- _REQUIRED WORK_:
For the records below, give the count of lines holding the word "IFCRELCONTAINEDINSPATIALSTRUCTURE" and nothing more.
%%
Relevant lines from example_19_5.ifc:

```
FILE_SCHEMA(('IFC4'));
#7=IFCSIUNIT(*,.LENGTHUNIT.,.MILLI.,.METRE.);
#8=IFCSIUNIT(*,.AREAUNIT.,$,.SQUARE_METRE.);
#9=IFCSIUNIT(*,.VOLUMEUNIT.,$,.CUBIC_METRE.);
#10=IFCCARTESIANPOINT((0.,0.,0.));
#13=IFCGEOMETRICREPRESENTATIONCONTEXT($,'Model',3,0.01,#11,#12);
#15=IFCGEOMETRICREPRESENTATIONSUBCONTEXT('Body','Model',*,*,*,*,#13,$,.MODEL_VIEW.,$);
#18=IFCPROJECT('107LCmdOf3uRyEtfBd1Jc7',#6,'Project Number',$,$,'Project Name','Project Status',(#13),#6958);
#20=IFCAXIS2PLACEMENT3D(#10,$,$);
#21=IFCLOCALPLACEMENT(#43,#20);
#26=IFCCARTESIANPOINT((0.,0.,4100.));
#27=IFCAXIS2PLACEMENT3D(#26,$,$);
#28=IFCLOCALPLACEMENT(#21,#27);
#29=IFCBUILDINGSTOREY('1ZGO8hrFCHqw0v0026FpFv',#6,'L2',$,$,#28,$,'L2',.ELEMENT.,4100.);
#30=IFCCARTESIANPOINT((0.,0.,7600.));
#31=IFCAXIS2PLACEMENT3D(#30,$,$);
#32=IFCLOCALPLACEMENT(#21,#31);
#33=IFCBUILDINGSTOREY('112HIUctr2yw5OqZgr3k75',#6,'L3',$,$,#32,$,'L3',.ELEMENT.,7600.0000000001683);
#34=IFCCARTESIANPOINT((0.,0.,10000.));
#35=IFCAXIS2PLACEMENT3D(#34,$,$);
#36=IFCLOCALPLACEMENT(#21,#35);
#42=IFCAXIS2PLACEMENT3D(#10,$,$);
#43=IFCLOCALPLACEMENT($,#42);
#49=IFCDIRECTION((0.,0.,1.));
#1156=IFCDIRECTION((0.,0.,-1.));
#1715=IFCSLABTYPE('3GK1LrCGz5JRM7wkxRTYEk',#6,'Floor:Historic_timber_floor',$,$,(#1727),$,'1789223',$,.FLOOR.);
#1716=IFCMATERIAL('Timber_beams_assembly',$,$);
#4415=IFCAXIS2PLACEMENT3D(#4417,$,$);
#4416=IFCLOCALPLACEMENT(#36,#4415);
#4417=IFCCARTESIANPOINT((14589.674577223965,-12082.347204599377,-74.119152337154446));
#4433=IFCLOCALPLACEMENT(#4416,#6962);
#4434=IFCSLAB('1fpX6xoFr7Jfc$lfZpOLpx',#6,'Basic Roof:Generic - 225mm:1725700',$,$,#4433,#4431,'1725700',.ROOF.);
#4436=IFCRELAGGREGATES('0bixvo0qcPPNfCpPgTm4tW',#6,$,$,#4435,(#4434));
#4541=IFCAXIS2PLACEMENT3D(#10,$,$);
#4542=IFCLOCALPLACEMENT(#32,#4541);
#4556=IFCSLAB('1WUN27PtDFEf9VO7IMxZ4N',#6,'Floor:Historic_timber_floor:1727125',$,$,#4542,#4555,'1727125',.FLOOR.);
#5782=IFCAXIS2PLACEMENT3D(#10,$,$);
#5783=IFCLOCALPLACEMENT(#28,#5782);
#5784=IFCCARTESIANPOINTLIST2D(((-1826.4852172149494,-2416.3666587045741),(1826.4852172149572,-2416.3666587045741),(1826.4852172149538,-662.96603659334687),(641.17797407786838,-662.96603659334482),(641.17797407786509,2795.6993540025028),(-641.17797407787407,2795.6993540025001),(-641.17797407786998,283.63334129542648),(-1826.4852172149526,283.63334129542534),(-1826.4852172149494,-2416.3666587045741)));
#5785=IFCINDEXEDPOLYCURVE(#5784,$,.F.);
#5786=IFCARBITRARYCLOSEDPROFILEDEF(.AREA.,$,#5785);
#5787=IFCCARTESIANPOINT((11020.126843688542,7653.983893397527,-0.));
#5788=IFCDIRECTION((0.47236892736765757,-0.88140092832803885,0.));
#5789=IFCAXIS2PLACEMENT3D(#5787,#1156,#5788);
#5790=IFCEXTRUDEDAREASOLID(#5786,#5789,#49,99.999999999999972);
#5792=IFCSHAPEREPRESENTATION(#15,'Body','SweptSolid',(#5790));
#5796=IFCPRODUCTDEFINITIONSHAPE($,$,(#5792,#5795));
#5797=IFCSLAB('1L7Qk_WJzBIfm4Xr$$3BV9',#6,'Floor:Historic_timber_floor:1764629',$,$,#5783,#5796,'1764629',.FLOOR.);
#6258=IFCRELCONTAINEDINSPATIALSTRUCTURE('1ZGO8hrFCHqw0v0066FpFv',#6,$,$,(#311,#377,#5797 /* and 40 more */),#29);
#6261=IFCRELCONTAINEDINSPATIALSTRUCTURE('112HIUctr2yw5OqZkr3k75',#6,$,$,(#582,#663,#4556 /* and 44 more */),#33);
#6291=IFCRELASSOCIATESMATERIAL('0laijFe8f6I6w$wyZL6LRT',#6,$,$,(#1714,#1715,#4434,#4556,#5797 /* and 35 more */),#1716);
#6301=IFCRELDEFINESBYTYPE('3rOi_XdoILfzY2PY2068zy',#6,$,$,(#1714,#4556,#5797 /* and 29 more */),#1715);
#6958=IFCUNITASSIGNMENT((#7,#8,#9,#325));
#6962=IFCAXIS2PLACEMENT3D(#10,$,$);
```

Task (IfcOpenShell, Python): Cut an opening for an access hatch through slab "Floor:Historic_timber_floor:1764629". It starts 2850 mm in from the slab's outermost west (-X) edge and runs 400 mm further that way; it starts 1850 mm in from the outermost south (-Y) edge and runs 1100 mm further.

```python
import numpy as np
import ifcopenshell
import ifcopenshell.api.feature
import ifcopenshell.api.geometry
import ifcopenshell.api.root
import ifcopenshell.geom
import ifcopenshell.util.placement
import ifcopenshell.util.representation
import ifcopenshell.util.shape
import ifcopenshell.util.unit

model = ifcopenshell.open("example_19_5.ifc")
unit_scale = ifcopenshell.util.unit.calculate_unit_scale(model)
settings = ifcopenshell.geom.settings()


def volume(element):
    """Net volume in cubic metres, openings subtracted."""
    shape = ifcopenshell.geom.create_shape(settings, element)
    return ifcopenshell.util.shape.get_volume(shape.geometry)


slab = model.by_id(5797)
before = volume(slab)

# Extent in the slab's own axes, in metres. The edges named are its -X and -Y sides.
slab_shape = ifcopenshell.geom.create_shape(settings, slab)
vertices = ifcopenshell.util.shape.get_vertices(slab_shape.geometry)
x_min, y_min, bottom = vertices.min(axis=0)
top = vertices[:, 2].max()

opening = ifcopenshell.api.root.create_entity(model, ifc_class="IfcOpeningElement", name="Access hatch opening", predefined_type="OPENING")
context = ifcopenshell.util.representation.get_context(model, "Model", "Body", "MODEL_VIEW")
width, depth = 0.4, 1.1
outline = [(0.0, 0.0), (width, 0.0), (width, depth), (0.0, depth), (0.0, 0.0)]
# Overshoot both faces by 50 mm so the cut is clean.
shape = ifcopenshell.api.geometry.add_slab_representation(
    model, context=context, depth=top - bottom + 0.1, polyline=outline
)
ifcopenshell.api.geometry.assign_representation(model, product=opening, representation=shape)

matrix = ifcopenshell.util.placement.get_local_placement(slab.ObjectPlacement)
matrix[:, 3] = matrix @ np.append(np.array([x_min + 2.85, y_min + 1.85, bottom - 0.05]) / unit_scale, 1.0)
ifcopenshell.api.geometry.edit_object_placement(model, product=opening, matrix=matrix, is_si=False)
ifcopenshell.api.feature.add_feature(model, feature=opening, element=slab)

after = volume(slab)

print(f"slab volume {before:.3f} -> {after:.3f} m3")

model.write("example_19_5_updated.ifc")
```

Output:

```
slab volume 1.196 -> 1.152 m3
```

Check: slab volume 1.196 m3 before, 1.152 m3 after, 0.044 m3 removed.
%%
- _SOLVED PROBLEM_:
2